El pobre hombre, ya cadáver, mantiene la postura en el asiento. Parece que duerme. Va de punta a punta de la ciudad y vuelta a empezar. Así todo el día. Arriba y abajo. Paseando el fiambre. Decenas de personas se sientan a su lado sin notar nada extraño. Centenares comparten el vagón en algún momento del viaje. Miles, diría. Nadie lo ve. Hasta que, ya de noche, esa unidad finaliza sus viajes reglamentarios, entra en las cocheras y el último maquinista, justo cuando se va a largar a casa, lo ve y lo zarandea suavemente. “¡Amigo, despierte!” Pero el amigo, sin buscarlo, ya se ha convertido en noticia pintoresca, metáfora involuntaria de la nula comunicación de nuestra sociedad urbana. A la mañana siguiente, en un giro irónico, su muerte ha dado la vuelta al mundo.
Cuando acabo lo que he ido a hacer, vuelvo sobre mis pasos y noto que voy más rápido que de costumbre.
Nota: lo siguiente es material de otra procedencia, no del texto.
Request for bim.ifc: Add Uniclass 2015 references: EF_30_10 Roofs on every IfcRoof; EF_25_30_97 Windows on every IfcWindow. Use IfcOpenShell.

First a look at what the model holds.

```python
import ifcopenshell

model = ifcopenshell.open("bim.ifc")
print(model.schema)
print("classifications:", [c.Name for c in model.by_type("IfcClassification")])
for ifc_class in ("IfcDoor", "IfcRoof", "IfcStair", "IfcWall", "IfcWindow"):
    print(ifc_class, len(model.by_type(ifc_class)))
```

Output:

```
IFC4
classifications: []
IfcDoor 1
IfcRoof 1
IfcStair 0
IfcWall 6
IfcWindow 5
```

```python
import ifcopenshell
import ifcopenshell.api.classification

model = ifcopenshell.open("bim.ifc")

system = ifcopenshell.api.classification.add_classification(model, classification="Uniclass 2015")

codes = {
    "IfcRoof": ("EF_30_10", "Roofs"),
    "IfcWindow": ("EF_25_30_97", "Windows"),
}
for ifc_class, (code, name) in codes.items():
    products = model.by_type(ifc_class)
    ifcopenshell.api.classification.add_reference(
        model, products=products, classification=system, identification=code, name=name
    )
    print(code, len(products))

model.write("bim_v2.ifc")
```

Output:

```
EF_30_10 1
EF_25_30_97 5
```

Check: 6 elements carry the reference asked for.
Miro con ansia a lo lejos, donde antes estaba el hombre tirado, esperando descubrir a un coro de personas, a un coche de policía, una ambulancia... ¡ninoninonino! Algo, joder.
Pero no veo nada de eso.
Tampoco lo veo a él. ¿Se habrá marchado?
No. Sigue ahí. Tirado en la misma postura que cuando he pasado a la ida. Sigue sujetando el móvil con las dos manos, pero ahora tiene los ojos abiertos y me mira mientras me acerco calle arriba. ¿Sonríe?
Me mira fijamente porque yo lo estoy mirando. ¿Sonríe?
Parece que está bien. Un borracho o un tarado. Vete a saber.
Dos chicas casi tropiezan con él. Se ríen.
Paso por su lado y me doy cuenta de que nadie le presta atención.
Ya falta poco para llegar a casa.

Tags: invisible

servido por sansar 12 comentarios compártelo

12 comentarios · Escribe aquí tu comentario

Mercedes desde Suecia

Mercedes desde Suecia dijo

Tu historia me ha hecho venir a la memoria otra historia, que sucedió en la realidad en un hospital de BCN. Un amigo mío médico me explicó que le trajeron a la sala de espera un paciente en silla de ruedas, desde una planta del hospital. La enfermera avisó a mi amigo de que el paciente estaba sospechósamente quieto. Se había muerto allí mismito, en medio de la gente. Sin llamar la atención de nadie, se lo volvieron a llevar discretamente en su silla de ruedas. Así en un suspiro se te puede escapar la vida...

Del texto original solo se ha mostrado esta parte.